Python's garbage collection was Re: Python reliability

Fri Oct 14 01:55:27 EDT 2005

skip at pobox.com writes:
> Folks, most common GC schemes have been tried as experiments over
> the years.  None have succeeeded, for various reasons.  I think one
> of the main reasons is that Python has to "play nice" with external
> libraries, many of which weren't written with GC beyond malloc and
> free in mind.

Most GC'd language implementations I've seen actually have friendlier
FFI's (foreign function interfaces) than Python does.  I find it very
easy to make errors with the reference counts in what little Python C
extension hacking I've done.  Maybe one gets better at it with
experience.

>     Tagged integers: 
>         http://mail.python.org/pipermail/python-dev/2004-July/046139.html

That actually says there was a speedup from tagged ints with no
obvious counterbalancing cost.  However, it looks like there's no
traditional GC, it stays with the same reference counts for heap objects.

>     Boehm GC:
>         http://mail.python.org/pipermail/python-dev/2005-January/051370.html

This mentions use of Python idioms like txt = open(filename).read()
expecting the file handle to get freed immediately.  I think there's
been some language extensions ("with" statement) discussed to replace
that idiom.  Note that the idiom is already not so safe in Jython.

The Boehm GC doesn't seem like the right choice for an interpreter
being built from scratch anyway, but who knows.  Maybe I'm being
premature but I'm already thinking of CPython as a legacy
implementation and PyPy as the more likely testbed for stuff like
this.  I sorta wanted to go to the current sprint but oh well.

> http://wiki.python.org/moin/CodingProjectIdeas/PythonGarbageCollected

This correctly describes difficulties of using a copying GC in
CPython.  Note that the Boehm GC is mark-and-sweep.  As Alex mentions,
that usually means there's a pause every so often while the GC scans
the entire heap, touching all data both live and dead (maybe the Boehm
GC got around this somehow).

I haven't been keeping up with this stuff in recent years so I have a
worse concern.  I don't know whether it's founded or not.  Basically
in the past decade or so, memory has gotten 100x larger and cpu's have
gotten 100x faster, but memory is less than 10x faster once you're out
of the cpu cache.  The mark phase of mark/sweep tends to have a very
random access pattern (at least for Lisp).  In the old days that
wasn't so bad, since a random memory access took maybe a couple of cpu
cycles, but today it takes hundreds of cycles.  So for applications
that use a lot of memory, simple mark/sweep may be a much worse dog
than it was in the Vax era, even if you don't mind the pauses.

>     Miscellaneous:
>       http://mail.python.org/pipermail/python-dev/2002-June/026032.html

That looks potentially kind of neat, though it's not obvious what it does.

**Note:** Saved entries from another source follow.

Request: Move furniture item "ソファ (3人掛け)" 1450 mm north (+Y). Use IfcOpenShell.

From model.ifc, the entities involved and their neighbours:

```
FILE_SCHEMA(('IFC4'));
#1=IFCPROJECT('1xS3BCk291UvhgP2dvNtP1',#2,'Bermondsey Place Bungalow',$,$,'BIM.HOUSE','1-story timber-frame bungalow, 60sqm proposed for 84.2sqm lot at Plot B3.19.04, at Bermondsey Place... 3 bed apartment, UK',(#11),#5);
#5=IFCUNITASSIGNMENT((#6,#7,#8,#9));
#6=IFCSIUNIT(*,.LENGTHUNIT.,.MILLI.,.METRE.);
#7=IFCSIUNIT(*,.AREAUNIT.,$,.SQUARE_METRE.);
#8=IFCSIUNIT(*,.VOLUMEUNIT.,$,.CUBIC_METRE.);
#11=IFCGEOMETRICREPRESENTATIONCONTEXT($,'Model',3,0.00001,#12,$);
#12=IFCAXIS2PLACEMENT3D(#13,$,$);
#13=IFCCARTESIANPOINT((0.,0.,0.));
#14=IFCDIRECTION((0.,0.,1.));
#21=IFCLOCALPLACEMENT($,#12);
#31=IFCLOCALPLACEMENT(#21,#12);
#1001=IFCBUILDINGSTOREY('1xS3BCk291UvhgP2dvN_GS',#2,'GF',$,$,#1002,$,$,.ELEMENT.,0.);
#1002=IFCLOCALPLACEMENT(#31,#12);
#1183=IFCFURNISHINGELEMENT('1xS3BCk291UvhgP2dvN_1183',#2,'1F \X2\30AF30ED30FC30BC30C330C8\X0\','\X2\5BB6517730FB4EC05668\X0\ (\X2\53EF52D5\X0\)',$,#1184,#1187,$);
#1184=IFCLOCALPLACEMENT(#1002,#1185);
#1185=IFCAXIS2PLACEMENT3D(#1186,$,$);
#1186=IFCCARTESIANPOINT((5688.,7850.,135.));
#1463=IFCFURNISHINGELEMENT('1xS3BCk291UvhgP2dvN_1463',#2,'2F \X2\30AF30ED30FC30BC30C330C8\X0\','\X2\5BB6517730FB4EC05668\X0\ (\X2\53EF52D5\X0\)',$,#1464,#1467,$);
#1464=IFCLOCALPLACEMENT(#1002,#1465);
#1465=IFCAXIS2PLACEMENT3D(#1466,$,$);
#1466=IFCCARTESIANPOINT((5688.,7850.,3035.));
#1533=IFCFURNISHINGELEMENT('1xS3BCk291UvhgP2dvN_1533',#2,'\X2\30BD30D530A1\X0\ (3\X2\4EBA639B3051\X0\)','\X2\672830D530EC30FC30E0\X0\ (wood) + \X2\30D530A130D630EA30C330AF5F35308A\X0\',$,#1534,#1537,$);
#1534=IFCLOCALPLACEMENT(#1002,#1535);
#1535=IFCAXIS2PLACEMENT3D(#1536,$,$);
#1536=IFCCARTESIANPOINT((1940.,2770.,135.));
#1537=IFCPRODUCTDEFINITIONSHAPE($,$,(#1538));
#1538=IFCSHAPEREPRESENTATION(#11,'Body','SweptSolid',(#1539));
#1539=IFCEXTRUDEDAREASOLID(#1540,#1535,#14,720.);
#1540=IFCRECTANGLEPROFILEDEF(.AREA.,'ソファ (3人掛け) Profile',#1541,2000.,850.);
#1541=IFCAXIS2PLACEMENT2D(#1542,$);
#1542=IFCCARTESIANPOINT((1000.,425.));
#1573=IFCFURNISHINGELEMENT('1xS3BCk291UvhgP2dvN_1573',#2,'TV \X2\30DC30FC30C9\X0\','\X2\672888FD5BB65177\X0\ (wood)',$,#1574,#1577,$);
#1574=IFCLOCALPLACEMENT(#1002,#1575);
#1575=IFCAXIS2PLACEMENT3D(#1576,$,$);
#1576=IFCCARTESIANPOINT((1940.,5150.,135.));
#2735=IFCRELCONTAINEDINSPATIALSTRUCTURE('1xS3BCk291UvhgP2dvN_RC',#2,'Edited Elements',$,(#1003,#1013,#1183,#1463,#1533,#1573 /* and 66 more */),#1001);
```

```python
import ifcopenshell
import ifcopenshell.api.geometry
import ifcopenshell.util.placement

model = ifcopenshell.open("model.ifc")

item = model.by_guid("1xS3BCk291UvhgP2dvN_1533")
matrix = ifcopenshell.util.placement.get_local_placement(item.ObjectPlacement)
matrix[1, 3] += 1450.0
ifcopenshell.api.geometry.edit_object_placement(model, product=item, matrix=matrix, is_si=False)

print(ifcopenshell.util.placement.get_local_placement(item.ObjectPlacement).round(3) + 0.0)

model.write("model_rev.ifc")
```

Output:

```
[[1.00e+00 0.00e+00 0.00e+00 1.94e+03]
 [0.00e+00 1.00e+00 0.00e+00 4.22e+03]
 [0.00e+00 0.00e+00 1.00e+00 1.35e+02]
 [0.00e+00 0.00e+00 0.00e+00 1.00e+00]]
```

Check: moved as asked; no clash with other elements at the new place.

>       http://mail.python.org/pipermail/python-dev/2003-November/040299.html

I'll try to read that sometime out of general interest.  I'm too
sleepy right now.

> And lest anyone here think they were the first to suggest getting rid of
> reference counting in Python:
> 
>     http://www.python.org/search/hypermail/python-1993/0554.html

I think the language suggestions in that message are sound in
principle, if not quite the right thing in every detail.  Lisp went
through about the same evolution in the 60's or 70's (before my time).

With PyPy, it looks like Python implementation methodology is getting
a lot more advanced, so hopefully some big performance gains are
possible, and the language will likely evolve to help things along.